**WHAT YOU SHOULD DO:** Where does the word "their" occur in the entries below? Copy every line that has it.

**DATA RECORDS:**
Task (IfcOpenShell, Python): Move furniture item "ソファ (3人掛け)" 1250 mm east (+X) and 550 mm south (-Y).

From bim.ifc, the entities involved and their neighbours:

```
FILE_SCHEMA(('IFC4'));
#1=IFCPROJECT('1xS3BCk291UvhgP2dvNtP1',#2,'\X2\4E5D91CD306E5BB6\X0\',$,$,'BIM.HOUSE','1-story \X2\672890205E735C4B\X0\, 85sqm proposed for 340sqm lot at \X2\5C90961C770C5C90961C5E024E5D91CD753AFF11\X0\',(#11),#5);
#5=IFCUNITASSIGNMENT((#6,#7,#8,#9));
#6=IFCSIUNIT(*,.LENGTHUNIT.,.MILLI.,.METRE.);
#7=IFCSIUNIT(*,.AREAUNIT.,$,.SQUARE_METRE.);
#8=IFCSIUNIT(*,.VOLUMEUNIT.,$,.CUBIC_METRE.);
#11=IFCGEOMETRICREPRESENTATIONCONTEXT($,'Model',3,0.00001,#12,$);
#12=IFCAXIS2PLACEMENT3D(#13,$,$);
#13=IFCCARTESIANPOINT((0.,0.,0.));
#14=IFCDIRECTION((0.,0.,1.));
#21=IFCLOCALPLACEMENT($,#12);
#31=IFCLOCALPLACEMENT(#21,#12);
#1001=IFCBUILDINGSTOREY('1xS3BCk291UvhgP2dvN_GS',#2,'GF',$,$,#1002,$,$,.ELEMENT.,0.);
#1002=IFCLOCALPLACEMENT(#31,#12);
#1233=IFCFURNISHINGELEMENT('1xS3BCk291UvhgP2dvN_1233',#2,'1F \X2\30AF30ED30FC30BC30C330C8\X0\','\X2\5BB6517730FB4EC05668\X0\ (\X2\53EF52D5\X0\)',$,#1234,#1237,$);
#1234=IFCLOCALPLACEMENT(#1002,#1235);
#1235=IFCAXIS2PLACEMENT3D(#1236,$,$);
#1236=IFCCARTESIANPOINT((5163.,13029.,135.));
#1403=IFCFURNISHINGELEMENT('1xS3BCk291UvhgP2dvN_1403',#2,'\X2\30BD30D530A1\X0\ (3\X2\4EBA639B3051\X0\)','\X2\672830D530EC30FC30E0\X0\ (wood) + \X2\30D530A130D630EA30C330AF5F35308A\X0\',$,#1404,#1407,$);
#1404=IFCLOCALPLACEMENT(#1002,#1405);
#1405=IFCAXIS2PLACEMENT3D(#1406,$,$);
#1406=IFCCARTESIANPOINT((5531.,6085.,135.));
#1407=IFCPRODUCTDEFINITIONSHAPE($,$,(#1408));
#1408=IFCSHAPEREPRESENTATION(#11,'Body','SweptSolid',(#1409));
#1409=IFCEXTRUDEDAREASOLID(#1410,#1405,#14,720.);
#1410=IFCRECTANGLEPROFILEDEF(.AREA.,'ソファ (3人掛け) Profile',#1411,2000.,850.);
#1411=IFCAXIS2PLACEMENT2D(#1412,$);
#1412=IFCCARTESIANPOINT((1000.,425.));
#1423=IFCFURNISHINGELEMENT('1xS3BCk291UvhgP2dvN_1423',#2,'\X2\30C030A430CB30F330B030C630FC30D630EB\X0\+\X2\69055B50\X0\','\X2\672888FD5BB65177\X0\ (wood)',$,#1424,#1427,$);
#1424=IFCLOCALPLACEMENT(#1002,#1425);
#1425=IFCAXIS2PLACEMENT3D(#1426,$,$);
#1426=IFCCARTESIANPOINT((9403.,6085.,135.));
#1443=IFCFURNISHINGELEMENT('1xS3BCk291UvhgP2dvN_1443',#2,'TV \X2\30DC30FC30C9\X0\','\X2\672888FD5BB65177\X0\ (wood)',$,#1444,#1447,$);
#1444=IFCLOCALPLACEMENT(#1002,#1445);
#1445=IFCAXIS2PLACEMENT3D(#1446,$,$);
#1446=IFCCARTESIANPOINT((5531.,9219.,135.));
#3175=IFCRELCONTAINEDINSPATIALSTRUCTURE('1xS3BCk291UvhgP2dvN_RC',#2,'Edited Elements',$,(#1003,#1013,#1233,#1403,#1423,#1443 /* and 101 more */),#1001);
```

```python
import ifcopenshell
import ifcopenshell.api.geometry
import ifcopenshell.util.placement

model = ifcopenshell.open("bim.ifc")

item = model.by_guid("1xS3BCk291UvhgP2dvN_1403")
matrix = ifcopenshell.util.placement.get_local_placement(item.ObjectPlacement)
matrix[0, 3] += 1250.0
matrix[1, 3] -= 550.0
ifcopenshell.api.geometry.edit_object_placement(model, product=item, matrix=matrix, is_si=False)

print(ifcopenshell.util.placement.get_local_placement(item.ObjectPlacement).round(3) + 0.0)

model.write("bim-out.ifc")
```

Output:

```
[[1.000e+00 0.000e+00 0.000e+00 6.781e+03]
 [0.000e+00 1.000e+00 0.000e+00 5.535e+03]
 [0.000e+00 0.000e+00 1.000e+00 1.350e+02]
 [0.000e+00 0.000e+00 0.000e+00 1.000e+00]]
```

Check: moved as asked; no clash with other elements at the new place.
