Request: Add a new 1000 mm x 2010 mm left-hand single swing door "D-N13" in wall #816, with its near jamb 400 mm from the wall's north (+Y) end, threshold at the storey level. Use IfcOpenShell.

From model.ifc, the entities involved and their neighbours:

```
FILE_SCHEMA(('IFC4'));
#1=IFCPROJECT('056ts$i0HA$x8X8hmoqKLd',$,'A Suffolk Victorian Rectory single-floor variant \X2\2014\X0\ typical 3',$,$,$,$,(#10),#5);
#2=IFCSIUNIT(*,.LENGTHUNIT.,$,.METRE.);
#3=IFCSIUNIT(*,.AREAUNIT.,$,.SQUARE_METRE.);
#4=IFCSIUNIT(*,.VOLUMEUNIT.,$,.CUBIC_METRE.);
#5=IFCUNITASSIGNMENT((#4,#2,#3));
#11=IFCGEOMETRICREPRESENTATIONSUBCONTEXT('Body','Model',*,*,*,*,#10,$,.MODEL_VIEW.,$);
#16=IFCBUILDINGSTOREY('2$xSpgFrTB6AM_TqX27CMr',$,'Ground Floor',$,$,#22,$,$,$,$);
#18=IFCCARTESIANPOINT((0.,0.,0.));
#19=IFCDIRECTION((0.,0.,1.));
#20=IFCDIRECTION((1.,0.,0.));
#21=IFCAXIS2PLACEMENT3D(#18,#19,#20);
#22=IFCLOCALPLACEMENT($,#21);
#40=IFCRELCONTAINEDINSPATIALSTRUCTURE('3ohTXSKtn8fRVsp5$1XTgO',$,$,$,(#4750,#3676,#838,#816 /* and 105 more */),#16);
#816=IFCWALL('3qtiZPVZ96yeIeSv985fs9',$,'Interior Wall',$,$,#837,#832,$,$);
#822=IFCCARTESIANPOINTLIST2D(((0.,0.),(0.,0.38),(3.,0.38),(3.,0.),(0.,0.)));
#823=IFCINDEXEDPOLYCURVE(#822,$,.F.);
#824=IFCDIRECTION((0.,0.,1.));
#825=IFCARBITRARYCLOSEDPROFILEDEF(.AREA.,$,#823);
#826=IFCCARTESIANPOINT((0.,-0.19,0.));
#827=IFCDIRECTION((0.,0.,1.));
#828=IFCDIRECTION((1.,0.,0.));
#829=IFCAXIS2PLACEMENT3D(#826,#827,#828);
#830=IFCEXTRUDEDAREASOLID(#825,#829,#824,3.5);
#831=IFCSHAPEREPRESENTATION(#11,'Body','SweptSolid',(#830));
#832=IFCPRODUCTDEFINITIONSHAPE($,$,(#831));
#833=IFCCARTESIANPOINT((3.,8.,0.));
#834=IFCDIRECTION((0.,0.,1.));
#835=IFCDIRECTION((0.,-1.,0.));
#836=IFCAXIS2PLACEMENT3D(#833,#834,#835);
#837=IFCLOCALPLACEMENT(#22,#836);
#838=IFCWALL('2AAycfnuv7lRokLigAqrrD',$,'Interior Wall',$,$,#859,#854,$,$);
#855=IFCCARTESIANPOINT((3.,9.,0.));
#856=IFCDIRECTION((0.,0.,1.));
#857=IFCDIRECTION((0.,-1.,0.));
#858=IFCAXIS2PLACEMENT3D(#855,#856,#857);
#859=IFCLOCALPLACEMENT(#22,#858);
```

```python
import numpy as np
import ifcopenshell
import ifcopenshell.api.feature
import ifcopenshell.api.geometry
import ifcopenshell.api.root
import ifcopenshell.api.spatial
import ifcopenshell.geom
import ifcopenshell.util.element
import ifcopenshell.util.placement
import ifcopenshell.util.representation
import ifcopenshell.util.shape
import ifcopenshell.util.unit

model = ifcopenshell.open("model.ifc")
unit_scale = ifcopenshell.util.unit.calculate_unit_scale(model)
settings = ifcopenshell.geom.settings()


def volume(element):
    """Net volume in cubic metres, openings subtracted."""
    shape = ifcopenshell.geom.create_shape(settings, element)
    return ifcopenshell.util.shape.get_volume(shape.geometry)


wall = model.by_guid("3qtiZPVZ96yeIeSv985fs9")
storey = ifcopenshell.util.element.get_container(wall, ifc_class="IfcBuildingStorey")
context = ifcopenshell.util.representation.get_context(model, "Model", "Body", "MODEL_VIEW")
before = volume(wall)

width, height, from_end, sill = 1, 2.01, 0.4, 0.0  # metres

# The wall runs along its own X axis, and the end named is its -X end.
wall_shape = ifcopenshell.geom.create_shape(settings, wall)
x, y, z = ifcopenshell.util.shape.get_vertices(wall_shape.geometry).T
start = x.min() + from_end
face, thickness = float(y.min()), float(y.max() - y.min())
wall_matrix = ifcopenshell.util.placement.get_local_placement(wall.ObjectPlacement)
level = ifcopenshell.util.placement.get_local_placement(storey.ObjectPlacement)[2, 3]


def in_wall(x, y):
    """Placement at x, y metres in the wall's axes, at sill height."""
    matrix = wall_matrix.copy()
    matrix[:, 3] = wall_matrix @ np.array([x / unit_scale, y / unit_scale, 0.0, 1.0])
    matrix[2, 3] = level + sill / unit_scale
    return matrix


# Opening: a box that overshoots both wall faces by 50 mm.
opening = ifcopenshell.api.root.create_entity(model, ifc_class="IfcOpeningElement", predefined_type="OPENING")
box = ifcopenshell.api.geometry.add_wall_representation(
    model, context=context, length=width, height=height, thickness=thickness + 0.1
)
ifcopenshell.api.geometry.assign_representation(model, product=opening, representation=box)
ifcopenshell.api.geometry.edit_object_placement(model, product=opening, matrix=in_wall(start, face - 0.05), is_si=False)
ifcopenshell.api.feature.add_feature(model, feature=opening, element=wall)

door = ifcopenshell.api.root.create_entity(model, ifc_class="IfcDoor", name="D-N13", predefined_type="DOOR")
door.OverallWidth, door.OverallHeight = width / unit_scale, height / unit_scale
door.OperationType = "SINGLE_SWING_LEFT"
body = ifcopenshell.api.geometry.add_door_representation(
    model,
    context=context,
    overall_width=door.OverallWidth,
    overall_height=door.OverallHeight,
    operation_type="SINGLE_SWING_LEFT",
    lining_properties={"LiningDepth": thickness / unit_scale, "ThresholdDepth": thickness / unit_scale},
)
ifcopenshell.api.geometry.assign_representation(model, product=door, representation=body)
ifcopenshell.api.spatial.assign_container(model, products=[door], relating_structure=storey)
ifcopenshell.api.feature.add_filling(model, opening=opening, element=door)

# The lining spans the wall, so the door starts at the wall face.
ifcopenshell.api.geometry.edit_object_placement(model, product=door, matrix=in_wall(start, face), is_si=False)

after = volume(wall)

print(f"wall volume {before:.3f} -> {after:.3f} m3")

model.write("model-out.ifc")
```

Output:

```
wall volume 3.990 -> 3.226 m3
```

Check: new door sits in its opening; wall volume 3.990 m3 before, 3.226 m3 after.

**YOUR RESPONSE:**
From bim.ifc, the entities involved and their neighbours:
From model.ifc, the entities involved and their neighbours:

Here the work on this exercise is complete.